[Sheepdog] [PATCH 3/3] sheep: add SD_OP_RECOVER operation
Liu Yuan
namei.unix at gmail.com
Sat Oct 22 07:32:44 CEST 2011
From: Liu Yuan <tailai.ly at taobao.com>
With this patch, manual recovery command starts working.
[Test]
script1:
for i in 0 1 2; do sheep/sheep -d /store/$i -z $i -p 700$i;sleep 1;done
collie/collie cluster format -H
collie/collie cluster shutdown;
sleep 1
# node 1 2 permanently down
for i in 0; do sheep/sheep -d /store/$i -z $i -p 700$i;sleep 1;done
for i in 0; do ./collie/collie cluster info -p 700$i; done
collie/collie cluster recover
for i in 0; do ./collie/collie cluster info -p 700$i; done
for i in 3 4; do sheep/sheep -d /store/$i -z $i -p 700$i;sleep 1;done
for i in 0 3 4; do ./collie/collie cluster info -p 700$i; done
output:
root at taobao:/home/dev/sheepdog# ./test2.sh
Cluster status: Waiting for other nodes joining
Creation time Epoch Nodes
Cluster status: running
Creation time Epoch Nodes
2011-10-22 02:18:49 2 [192.168.0.1:7000]
2011-10-22 02:18:49 1 [192.168.0.1:7000, 192.168.0.1:7001, 192.168.0.1:7002]
Cluster status: running
Creation time Epoch Nodes
2011-10-22 02:18:49 4 [192.168.0.1:7000, 192.168.0.1:7003, 192.168.0.1:7004]
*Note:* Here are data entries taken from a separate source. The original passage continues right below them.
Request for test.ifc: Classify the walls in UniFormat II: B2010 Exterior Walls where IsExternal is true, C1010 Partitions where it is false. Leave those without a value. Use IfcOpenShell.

First a look at what the model holds.

```python
import ifcopenshell
import ifcopenshell.util.element

model = ifcopenshell.open("test.ifc")
print(model.schema)
print("classifications:", [c.Name for c in model.by_type("IfcClassification")])
values = [ifcopenshell.util.element.get_pset(e, "Pset_WallCommon", "IsExternal") for e in model.by_type("IfcWall")]
for value in (True, False, None):
    print("IsExternal", value, values.count(value))
```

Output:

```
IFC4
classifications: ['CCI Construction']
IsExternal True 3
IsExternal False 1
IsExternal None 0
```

```python
import ifcopenshell
import ifcopenshell.api.classification
import ifcopenshell.util.element

model = ifcopenshell.open("test.ifc")

system = ifcopenshell.api.classification.add_classification(model, classification="UniFormat II")

walls = model.by_type("IfcWall")
external = {e: ifcopenshell.util.element.get_pset(e, "Pset_WallCommon", "IsExternal") for e in walls}
for flag, code, name in ((True, "B2010", "Exterior Walls"), (False, "C1010", "Partitions")):
    products = [e for e in walls if external[e] is flag]
    ifcopenshell.api.classification.add_reference(
        model, products=products, classification=system, identification=code, name=name
    )
    print(code, len(products))

model.write("test_rev.ifc")
```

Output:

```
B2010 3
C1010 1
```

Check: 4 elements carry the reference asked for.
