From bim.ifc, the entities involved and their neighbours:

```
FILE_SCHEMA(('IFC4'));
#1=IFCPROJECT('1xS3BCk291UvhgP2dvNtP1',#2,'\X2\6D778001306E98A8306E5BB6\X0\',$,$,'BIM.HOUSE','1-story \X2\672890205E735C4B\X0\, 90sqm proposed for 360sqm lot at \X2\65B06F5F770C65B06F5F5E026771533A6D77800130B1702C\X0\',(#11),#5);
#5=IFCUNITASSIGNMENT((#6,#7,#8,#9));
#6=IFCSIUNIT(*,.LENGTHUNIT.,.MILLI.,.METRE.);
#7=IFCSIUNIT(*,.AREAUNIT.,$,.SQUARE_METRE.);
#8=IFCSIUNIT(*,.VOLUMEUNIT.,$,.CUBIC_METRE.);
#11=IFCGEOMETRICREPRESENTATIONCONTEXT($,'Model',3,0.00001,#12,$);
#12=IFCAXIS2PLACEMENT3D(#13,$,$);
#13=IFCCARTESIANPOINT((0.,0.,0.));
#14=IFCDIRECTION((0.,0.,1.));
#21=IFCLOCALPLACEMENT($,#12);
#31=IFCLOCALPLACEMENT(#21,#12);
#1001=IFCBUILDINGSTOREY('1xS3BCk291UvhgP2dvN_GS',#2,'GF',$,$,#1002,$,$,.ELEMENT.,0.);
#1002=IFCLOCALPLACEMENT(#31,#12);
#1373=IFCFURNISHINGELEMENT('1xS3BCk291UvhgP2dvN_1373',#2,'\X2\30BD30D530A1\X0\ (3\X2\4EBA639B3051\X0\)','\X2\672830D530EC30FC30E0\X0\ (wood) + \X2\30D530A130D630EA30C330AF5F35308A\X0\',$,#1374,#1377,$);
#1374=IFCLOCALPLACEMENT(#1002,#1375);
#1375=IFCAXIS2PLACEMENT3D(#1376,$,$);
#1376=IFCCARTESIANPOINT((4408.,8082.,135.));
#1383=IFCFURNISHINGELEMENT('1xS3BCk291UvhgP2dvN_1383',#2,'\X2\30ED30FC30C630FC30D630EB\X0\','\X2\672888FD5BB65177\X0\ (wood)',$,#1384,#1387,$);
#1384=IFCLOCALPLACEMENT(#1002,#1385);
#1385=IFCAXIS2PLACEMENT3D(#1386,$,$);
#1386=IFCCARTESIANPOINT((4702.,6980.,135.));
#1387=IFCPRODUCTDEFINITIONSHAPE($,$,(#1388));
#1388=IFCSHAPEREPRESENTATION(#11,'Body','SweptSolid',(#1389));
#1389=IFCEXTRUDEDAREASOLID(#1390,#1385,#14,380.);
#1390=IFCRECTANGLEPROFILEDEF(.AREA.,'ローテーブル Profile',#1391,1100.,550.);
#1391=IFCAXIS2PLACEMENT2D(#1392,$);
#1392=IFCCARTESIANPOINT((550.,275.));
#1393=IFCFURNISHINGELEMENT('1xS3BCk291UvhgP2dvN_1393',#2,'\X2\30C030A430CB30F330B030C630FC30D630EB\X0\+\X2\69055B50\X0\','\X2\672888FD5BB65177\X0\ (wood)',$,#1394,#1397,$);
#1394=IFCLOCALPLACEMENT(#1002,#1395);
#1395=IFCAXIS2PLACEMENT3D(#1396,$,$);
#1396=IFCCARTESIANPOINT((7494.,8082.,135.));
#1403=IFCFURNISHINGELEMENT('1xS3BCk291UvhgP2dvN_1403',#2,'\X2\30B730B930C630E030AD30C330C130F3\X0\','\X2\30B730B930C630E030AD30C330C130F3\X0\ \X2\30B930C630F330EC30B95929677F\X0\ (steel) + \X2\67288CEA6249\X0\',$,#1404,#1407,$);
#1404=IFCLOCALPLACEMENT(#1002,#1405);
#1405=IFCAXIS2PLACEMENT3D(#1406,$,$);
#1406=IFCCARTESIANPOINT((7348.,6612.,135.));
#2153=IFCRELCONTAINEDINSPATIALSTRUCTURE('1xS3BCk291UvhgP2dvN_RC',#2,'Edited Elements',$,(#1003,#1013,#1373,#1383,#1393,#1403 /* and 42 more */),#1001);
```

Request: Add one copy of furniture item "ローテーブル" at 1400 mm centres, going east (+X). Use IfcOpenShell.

```python
import numpy as np
import ifcopenshell
import ifcopenshell.api.geometry
import ifcopenshell.api.root
import ifcopenshell.util.element
import ifcopenshell.util.placement
import ifcopenshell.util.unit

model = ifcopenshell.open("bim.ifc")
unit_scale = ifcopenshell.util.unit.calculate_unit_scale(model)


def reuse_history(source, copy):
    """copy_class also copies each property set's owner history, people and application; keep the originals."""
    for rel in copy.IsDefinedBy:
        if rel.is_a("IfcRelDefinesByProperties") and (history := rel.RelatingPropertyDefinition.OwnerHistory):
            rel.RelatingPropertyDefinition.OwnerHistory = source.OwnerHistory
            ifcopenshell.util.element.remove_deep2(model, history)


source = model.by_id(1383)
base = ifcopenshell.util.placement.get_local_placement(source.ObjectPlacement)
step = np.array([1.0, 0.0, 0.0]) * 1.4 / unit_scale

for i in range(1, 2):
    copy = ifcopenshell.api.root.copy_class(model, product=source)
    copy.Representation = ifcopenshell.util.element.copy_deep(
        model, source.Representation, exclude=["IfcGeometricRepresentationContext", "IfcRepresentationMap"]
    )
    reuse_history(source, copy)
    matrix = base.copy()
    matrix[:3, 3] += i * step
    print("added at", matrix[:3, 3].round(3) + 0.0)
    ifcopenshell.api.geometry.edit_object_placement(model, product=copy, matrix=matrix, is_si=False)

model.write("bim_edited.ifc")
```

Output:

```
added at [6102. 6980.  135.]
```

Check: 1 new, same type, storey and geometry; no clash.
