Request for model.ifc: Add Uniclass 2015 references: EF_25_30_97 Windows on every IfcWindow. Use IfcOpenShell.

First a look at what the model holds.

```python
import ifcopenshell

model = ifcopenshell.open("model.ifc")
print(model.schema)
print("classifications:", [c.Name for c in model.by_type("IfcClassification")])
for ifc_class in ("IfcDoor", "IfcRoof", "IfcStair", "IfcWall", "IfcWindow"):
    print(ifc_class, len(model.by_type(ifc_class)))
```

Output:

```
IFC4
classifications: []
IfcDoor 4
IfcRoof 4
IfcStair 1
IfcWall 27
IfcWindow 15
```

```python
import ifcopenshell
import ifcopenshell.api.classification

model = ifcopenshell.open("model.ifc")

system = ifcopenshell.api.classification.add_classification(model, classification="Uniclass 2015")

codes = {
    "IfcWindow": ("EF_25_30_97", "Windows"),
}
for ifc_class, (code, name) in codes.items():
    products = model.by_type(ifc_class)
    ifcopenshell.api.classification.add_reference(
        model, products=products, classification=system, identification=code, name=name
    )
    print(code, len(products))

model.write("model_updated.ifc")
```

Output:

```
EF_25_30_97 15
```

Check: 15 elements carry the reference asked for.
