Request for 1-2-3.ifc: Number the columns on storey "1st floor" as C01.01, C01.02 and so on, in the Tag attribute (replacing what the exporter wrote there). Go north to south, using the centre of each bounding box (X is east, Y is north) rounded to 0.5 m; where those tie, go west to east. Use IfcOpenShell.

First a look at what the model holds.

```python
import ifcopenshell
import ifcopenshell.util.element
import ifcopenshell.util.placement

model = ifcopenshell.open("1-2-3.ifc")
print(model.schema)
storey = next(s for s in model.by_type("IfcBuildingStorey") if s.Name == "1st floor")
columns = [e for e in ifcopenshell.util.element.get_decomposition(storey) if e.is_a("IfcColumn")]
for e in sorted(columns, key=lambda e: e.id()):
    origin = ifcopenshell.util.placement.get_local_placement(e.ObjectPlacement)[:3, 3]
    print(e.id(), e.Tag, e.Name, origin.round(2) + 0.0, sep=" | ")
```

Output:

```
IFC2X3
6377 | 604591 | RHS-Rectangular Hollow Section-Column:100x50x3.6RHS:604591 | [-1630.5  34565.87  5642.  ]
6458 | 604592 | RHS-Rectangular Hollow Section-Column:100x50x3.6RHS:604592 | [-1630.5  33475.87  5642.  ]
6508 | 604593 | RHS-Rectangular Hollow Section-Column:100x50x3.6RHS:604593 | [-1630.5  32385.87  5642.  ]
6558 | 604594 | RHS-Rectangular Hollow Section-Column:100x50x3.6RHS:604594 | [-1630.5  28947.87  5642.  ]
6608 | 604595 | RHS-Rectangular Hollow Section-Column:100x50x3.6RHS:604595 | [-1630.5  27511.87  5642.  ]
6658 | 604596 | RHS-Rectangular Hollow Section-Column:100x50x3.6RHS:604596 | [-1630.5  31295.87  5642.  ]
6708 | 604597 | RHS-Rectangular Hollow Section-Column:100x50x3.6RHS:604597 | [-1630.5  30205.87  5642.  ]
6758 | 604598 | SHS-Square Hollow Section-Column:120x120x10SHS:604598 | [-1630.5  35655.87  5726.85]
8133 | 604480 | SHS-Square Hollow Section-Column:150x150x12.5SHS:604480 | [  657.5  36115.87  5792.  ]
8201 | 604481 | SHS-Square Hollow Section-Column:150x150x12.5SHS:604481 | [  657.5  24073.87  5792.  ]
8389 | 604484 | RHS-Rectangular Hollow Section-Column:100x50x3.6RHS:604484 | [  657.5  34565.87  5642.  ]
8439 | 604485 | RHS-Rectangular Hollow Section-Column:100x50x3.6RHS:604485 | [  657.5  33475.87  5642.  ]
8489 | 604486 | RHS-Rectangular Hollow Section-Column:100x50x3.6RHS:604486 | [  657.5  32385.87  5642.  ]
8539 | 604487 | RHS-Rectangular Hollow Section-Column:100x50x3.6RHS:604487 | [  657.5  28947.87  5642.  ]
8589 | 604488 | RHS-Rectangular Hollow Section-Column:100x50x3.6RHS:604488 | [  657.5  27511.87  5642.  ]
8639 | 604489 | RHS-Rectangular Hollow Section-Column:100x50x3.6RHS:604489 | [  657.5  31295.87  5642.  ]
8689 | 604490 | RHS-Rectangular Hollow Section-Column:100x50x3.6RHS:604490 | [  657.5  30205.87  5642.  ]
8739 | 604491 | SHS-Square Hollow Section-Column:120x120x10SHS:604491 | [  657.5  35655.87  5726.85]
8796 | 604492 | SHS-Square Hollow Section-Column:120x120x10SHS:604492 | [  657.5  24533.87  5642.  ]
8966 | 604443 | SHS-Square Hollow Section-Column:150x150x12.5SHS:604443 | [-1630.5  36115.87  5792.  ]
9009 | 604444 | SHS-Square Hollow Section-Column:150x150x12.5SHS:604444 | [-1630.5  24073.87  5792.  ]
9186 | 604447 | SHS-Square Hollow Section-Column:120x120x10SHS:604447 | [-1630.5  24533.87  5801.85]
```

```python
import ifcopenshell
import ifcopenshell.geom
import ifcopenshell.util.element
import ifcopenshell.util.shape

model = ifcopenshell.open("1-2-3.ifc")
settings = ifcopenshell.geom.settings()
settings.set("use-world-coords", True)


def centre(element):
    shape = ifcopenshell.geom.create_shape(settings, element)
    return ifcopenshell.util.shape.get_bbox_centroid(shape.geometry)


storey = next(s for s in model.by_type("IfcBuildingStorey") if s.Name == "1st floor")
columns = [e for e in ifcopenshell.util.element.get_decomposition(storey) if e.is_a("IfcColumn")]

# Insertion points can sit at a corner or the storey origin, so sort by the geometry (in metres).
centres = {e: centre(e) for e in columns}
columns.sort(key=lambda e: (-round(centres[e][1] / 0.5), centres[e][0]))

for i, e in enumerate(columns, start=1):
    number = f"C01.{i:02d}"
    e.Tag = number
    print(e.id(), number)

model.write("1-2-3_v2.ifc")
```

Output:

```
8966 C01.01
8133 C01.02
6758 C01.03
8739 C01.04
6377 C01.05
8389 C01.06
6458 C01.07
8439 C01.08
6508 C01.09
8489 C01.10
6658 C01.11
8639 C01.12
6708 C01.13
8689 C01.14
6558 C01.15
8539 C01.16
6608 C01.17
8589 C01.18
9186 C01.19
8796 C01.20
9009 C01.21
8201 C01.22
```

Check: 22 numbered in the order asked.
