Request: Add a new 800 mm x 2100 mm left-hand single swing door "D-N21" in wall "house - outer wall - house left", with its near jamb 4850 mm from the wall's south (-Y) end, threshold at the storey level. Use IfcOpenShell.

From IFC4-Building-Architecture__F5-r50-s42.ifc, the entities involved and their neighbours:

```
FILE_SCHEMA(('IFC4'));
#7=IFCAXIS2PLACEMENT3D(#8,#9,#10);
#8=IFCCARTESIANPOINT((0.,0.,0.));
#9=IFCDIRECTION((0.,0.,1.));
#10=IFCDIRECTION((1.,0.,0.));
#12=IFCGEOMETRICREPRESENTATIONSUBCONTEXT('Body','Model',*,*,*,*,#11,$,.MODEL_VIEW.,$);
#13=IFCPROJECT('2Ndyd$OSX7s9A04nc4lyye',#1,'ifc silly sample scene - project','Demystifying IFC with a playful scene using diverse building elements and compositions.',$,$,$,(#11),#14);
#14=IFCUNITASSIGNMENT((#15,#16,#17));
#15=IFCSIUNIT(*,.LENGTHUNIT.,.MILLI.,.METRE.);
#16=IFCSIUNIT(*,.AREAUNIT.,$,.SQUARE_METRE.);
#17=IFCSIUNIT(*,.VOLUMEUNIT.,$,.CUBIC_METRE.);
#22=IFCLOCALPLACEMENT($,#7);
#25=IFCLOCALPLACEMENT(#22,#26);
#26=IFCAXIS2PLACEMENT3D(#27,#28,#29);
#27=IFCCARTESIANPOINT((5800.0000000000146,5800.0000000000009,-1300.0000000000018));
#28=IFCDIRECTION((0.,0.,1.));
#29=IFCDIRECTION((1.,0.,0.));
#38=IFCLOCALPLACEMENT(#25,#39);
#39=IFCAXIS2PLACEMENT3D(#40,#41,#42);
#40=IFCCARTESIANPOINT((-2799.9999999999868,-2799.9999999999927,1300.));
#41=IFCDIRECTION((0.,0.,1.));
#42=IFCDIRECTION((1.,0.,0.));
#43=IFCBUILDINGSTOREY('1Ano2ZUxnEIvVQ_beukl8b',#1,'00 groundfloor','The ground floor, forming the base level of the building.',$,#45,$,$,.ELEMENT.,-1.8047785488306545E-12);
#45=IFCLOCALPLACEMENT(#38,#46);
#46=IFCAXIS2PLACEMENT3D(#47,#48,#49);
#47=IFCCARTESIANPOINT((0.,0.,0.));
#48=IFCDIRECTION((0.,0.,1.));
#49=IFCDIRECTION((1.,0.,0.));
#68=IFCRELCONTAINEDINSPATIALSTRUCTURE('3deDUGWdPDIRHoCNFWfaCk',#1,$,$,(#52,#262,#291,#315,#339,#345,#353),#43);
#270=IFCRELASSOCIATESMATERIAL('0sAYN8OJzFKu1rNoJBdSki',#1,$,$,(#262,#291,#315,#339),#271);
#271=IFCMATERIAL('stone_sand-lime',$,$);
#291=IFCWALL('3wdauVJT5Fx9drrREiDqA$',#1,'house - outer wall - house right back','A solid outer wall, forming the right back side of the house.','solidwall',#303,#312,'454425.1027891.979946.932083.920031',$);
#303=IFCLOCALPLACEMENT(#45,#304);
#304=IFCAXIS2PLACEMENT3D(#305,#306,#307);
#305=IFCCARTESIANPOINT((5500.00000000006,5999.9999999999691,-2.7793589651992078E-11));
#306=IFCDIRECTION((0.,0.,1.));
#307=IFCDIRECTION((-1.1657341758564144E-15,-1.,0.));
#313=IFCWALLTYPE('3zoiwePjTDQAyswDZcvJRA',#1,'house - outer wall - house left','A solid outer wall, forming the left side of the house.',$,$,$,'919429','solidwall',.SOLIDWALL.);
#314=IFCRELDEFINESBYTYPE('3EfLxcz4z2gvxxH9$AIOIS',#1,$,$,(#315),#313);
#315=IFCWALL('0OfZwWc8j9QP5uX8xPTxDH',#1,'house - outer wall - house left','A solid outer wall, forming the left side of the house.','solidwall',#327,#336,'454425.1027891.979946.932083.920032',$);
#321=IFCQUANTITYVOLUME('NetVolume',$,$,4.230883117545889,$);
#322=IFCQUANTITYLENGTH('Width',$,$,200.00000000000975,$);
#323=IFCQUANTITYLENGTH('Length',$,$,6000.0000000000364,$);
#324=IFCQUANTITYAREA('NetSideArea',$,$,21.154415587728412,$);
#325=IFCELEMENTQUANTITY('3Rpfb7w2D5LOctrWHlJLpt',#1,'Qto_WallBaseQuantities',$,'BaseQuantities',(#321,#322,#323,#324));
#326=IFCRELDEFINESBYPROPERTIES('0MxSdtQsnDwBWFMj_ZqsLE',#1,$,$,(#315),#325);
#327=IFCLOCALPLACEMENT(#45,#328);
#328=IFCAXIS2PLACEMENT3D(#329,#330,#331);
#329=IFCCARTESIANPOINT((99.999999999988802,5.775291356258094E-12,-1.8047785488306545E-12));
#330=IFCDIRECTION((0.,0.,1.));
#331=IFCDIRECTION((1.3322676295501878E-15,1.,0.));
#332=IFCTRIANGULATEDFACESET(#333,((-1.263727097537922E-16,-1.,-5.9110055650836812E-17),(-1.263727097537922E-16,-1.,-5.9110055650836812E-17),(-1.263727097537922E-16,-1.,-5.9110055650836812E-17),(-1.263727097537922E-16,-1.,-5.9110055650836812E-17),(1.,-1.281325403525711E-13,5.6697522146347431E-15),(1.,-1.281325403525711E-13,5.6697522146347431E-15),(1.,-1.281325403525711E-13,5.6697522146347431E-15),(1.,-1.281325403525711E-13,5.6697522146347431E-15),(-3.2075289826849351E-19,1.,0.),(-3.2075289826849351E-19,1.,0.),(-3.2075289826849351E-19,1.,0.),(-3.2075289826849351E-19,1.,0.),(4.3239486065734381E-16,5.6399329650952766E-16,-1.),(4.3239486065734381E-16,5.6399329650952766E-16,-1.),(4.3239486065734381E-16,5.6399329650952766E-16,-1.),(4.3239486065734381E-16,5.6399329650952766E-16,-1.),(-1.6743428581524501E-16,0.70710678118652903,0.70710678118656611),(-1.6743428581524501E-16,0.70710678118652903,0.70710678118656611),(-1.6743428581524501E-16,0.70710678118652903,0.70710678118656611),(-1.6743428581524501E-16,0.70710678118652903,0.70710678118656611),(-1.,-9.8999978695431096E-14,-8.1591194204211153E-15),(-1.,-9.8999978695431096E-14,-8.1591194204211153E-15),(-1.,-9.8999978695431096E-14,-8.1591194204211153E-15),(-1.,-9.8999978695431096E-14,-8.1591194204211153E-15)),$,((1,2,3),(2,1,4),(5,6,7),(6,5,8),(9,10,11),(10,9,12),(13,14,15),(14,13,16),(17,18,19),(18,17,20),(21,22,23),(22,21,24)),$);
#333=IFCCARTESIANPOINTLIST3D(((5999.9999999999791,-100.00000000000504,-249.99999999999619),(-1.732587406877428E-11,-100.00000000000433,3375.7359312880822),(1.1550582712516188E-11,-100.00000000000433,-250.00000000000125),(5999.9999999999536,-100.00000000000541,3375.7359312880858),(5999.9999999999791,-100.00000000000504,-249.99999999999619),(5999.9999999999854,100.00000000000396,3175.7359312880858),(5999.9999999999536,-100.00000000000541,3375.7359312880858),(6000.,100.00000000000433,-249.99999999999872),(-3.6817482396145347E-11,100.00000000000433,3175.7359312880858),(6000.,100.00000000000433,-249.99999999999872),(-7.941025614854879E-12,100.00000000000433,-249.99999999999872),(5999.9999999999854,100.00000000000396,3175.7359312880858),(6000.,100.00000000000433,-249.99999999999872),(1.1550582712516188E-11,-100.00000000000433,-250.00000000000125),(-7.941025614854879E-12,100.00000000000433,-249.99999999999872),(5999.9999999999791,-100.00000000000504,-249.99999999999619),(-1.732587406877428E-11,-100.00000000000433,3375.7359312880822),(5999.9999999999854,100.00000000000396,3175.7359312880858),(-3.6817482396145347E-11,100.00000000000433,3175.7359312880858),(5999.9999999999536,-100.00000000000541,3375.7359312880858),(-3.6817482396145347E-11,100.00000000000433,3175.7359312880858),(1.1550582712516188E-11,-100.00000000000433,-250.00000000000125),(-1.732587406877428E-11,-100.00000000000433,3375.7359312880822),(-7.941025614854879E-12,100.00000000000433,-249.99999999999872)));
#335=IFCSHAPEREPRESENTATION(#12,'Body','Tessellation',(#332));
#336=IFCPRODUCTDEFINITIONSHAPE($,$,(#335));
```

```python
import numpy as np
import ifcopenshell
import ifcopenshell.api.feature
import ifcopenshell.api.geometry
import ifcopenshell.api.pset
import ifcopenshell.api.root
import ifcopenshell.api.spatial
import ifcopenshell.geom
import ifcopenshell.util.element
import ifcopenshell.util.placement
import ifcopenshell.util.representation
import ifcopenshell.util.shape
import ifcopenshell.util.unit

model = ifcopenshell.open("IFC4-Building-Architecture__F5-r50-s42.ifc")
unit_scale = ifcopenshell.util.unit.calculate_unit_scale(model)
area_scale = ifcopenshell.util.unit.calculate_unit_scale(model, "AREAUNIT")
volume_scale = ifcopenshell.util.unit.calculate_unit_scale(model, "VOLUMEUNIT")
settings = ifcopenshell.geom.settings()


def volume(element):
    """Net volume in cubic metres, openings subtracted."""
    shape = ifcopenshell.geom.create_shape(settings, element)
    return ifcopenshell.util.shape.get_volume(shape.geometry)


wall = model.by_guid("0OfZwWc8j9QP5uX8xPTxDH")
storey = ifcopenshell.util.element.get_container(wall, ifc_class="IfcBuildingStorey")
context = ifcopenshell.util.representation.get_context(model, "Model", "Body", "MODEL_VIEW")
before = volume(wall)

width, height, from_end, sill = 0.8, 2.1, 4.85, 0.0  # metres

# The wall runs along its own X axis, and the end named is its -X end.
wall_shape = ifcopenshell.geom.create_shape(settings, wall)
x, y, z = ifcopenshell.util.shape.get_vertices(wall_shape.geometry).T
start = x.min() + from_end
face, thickness = float(y.min()), float(y.max() - y.min())
wall_matrix = ifcopenshell.util.placement.get_local_placement(wall.ObjectPlacement)
level = ifcopenshell.util.placement.get_local_placement(storey.ObjectPlacement)[2, 3]


def in_wall(x, y):
    """Placement at x, y metres in the wall's axes, at sill height."""
    matrix = wall_matrix.copy()
    matrix[:, 3] = wall_matrix @ np.array([x / unit_scale, y / unit_scale, 0.0, 1.0])
    matrix[2, 3] = level + sill / unit_scale
    return matrix


# Opening: a box that overshoots both wall faces by 50 mm.
opening = ifcopenshell.api.root.create_entity(model, ifc_class="IfcOpeningElement", predefined_type="OPENING")
box = ifcopenshell.api.geometry.add_wall_representation(
    model, context=context, length=width, height=height, thickness=thickness + 0.1
)
ifcopenshell.api.geometry.assign_representation(model, product=opening, representation=box)
ifcopenshell.api.geometry.edit_object_placement(model, product=opening, matrix=in_wall(start, face - 0.05), is_si=False)
ifcopenshell.api.feature.add_feature(model, feature=opening, element=wall)

door = ifcopenshell.api.root.create_entity(model, ifc_class="IfcDoor", name="D-N21", predefined_type="DOOR")
door.OverallWidth, door.OverallHeight = width / unit_scale, height / unit_scale
door.OperationType = "SINGLE_SWING_LEFT"
body = ifcopenshell.api.geometry.add_door_representation(
    model,
    context=context,
    overall_width=door.OverallWidth,
    overall_height=door.OverallHeight,
    operation_type="SINGLE_SWING_LEFT",
    lining_properties={"LiningDepth": thickness / unit_scale, "ThresholdDepth": thickness / unit_scale},
)
ifcopenshell.api.geometry.assign_representation(model, product=door, representation=body)
ifcopenshell.api.spatial.assign_container(model, products=[door], relating_structure=storey)
ifcopenshell.api.feature.add_filling(model, opening=opening, element=door)

# The lining spans the wall, so the door starts at the wall face.
ifcopenshell.api.geometry.edit_object_placement(model, product=door, matrix=in_wall(start, face), is_si=False)

after = volume(wall)

# Update the wall's stored quantities.
qto = model.by_id(ifcopenshell.util.element.get_pset(wall, "Qto_WallBaseQuantities", should_inherit=False)["id"])
ifcopenshell.api.pset.edit_qto(model, qto=qto, properties={
    "NetVolume": after / volume_scale,
    "NetSideArea": after / thickness / area_scale,
})

print(f"wall volume {before:.3f} -> {after:.3f} m3")

model.write("IFC4-Building-Architecture__F5-r50-s42-out.ifc")
```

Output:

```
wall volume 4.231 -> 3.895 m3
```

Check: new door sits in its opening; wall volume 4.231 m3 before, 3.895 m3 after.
2011-10-22 02:18:49 3 [192.168.0.1:7000, 192.168.0.1:7003]
2011-10-22 02:18:49 2 [192.168.0.1:7000]
2011-10-22 02:18:49 1 [192.168.0.1:7000, 192.168.0.1:7001, 192.168.0.1:7002]
....
script2:
for i in 0 1 2; do sheep/sheep -d /store/$i -z $i -p 700$i;sleep 1;done
collie/collie cluster format
for i in 0 1 2; do pkill -f "sheep -d /store/$i"; sleep 1; done
# mater node 2 permanently down
for i in 0 1; do sheep/sheep -d /store/$i -z $i -p 700$i;sleep 1;done
for i in 1; do ./collie/collie cluster info -p 700$i; done
collie/collie cluster recover -p 7001
for i in 1; do ./collie/collie cluster info -p 700$i; done
for i in 0 3; do sheep/sheep -d /store/$i -z $i -p 700$i;sleep 1;done
for i in 0 1 3; do ./collie/collie cluster info -p 700$i; done
output:
Cluster status: Waiting for other nodes joining
Creation time Epoch Nodes
Cluster status: The sheepdog is stopped doing IO, short of living nodes
Creation time Epoch Nodes
Cluster status: running
Creation time Epoch Nodes
2011-10-22 01:59:36 5 [192.168.0.1:7000, 192.168.0.1:7001, 192.168.0.1:7003]
2011-10-22 01:59:36 4 [192.168.0.1:7000, 192.168.0.1:7001]
2011-10-22 01:59:36 3 [192.168.0.1:7001]
2011-10-22 01:59:36 2 [192.168.0.1:7001, 192.168.0.1:7002]
2011-10-22 01:59:36 1 [192.168.0.1:7000, 192.168.0.1:7001, 192.168.0.1:7002]
...
Signed-off-by: Liu Yuan <tailai.ly at taobao.com>
---
include/sheep.h | 1 +
include/sheepdog_proto.h | 1 +
sheep/ops.c | 55 ++++++++++++++++++++++++++++++++++++++++++++++
3 files changed, 57 insertions(+), 0 deletions(-)
diff --git a/include/sheep.h b/include/sheep.h
index 46ecf96..072ea7a 100644
--- a/include/sheep.h
+++ b/include/sheep.h
@@ -261,6 +261,7 @@ static inline const char *sd_strerror(int err)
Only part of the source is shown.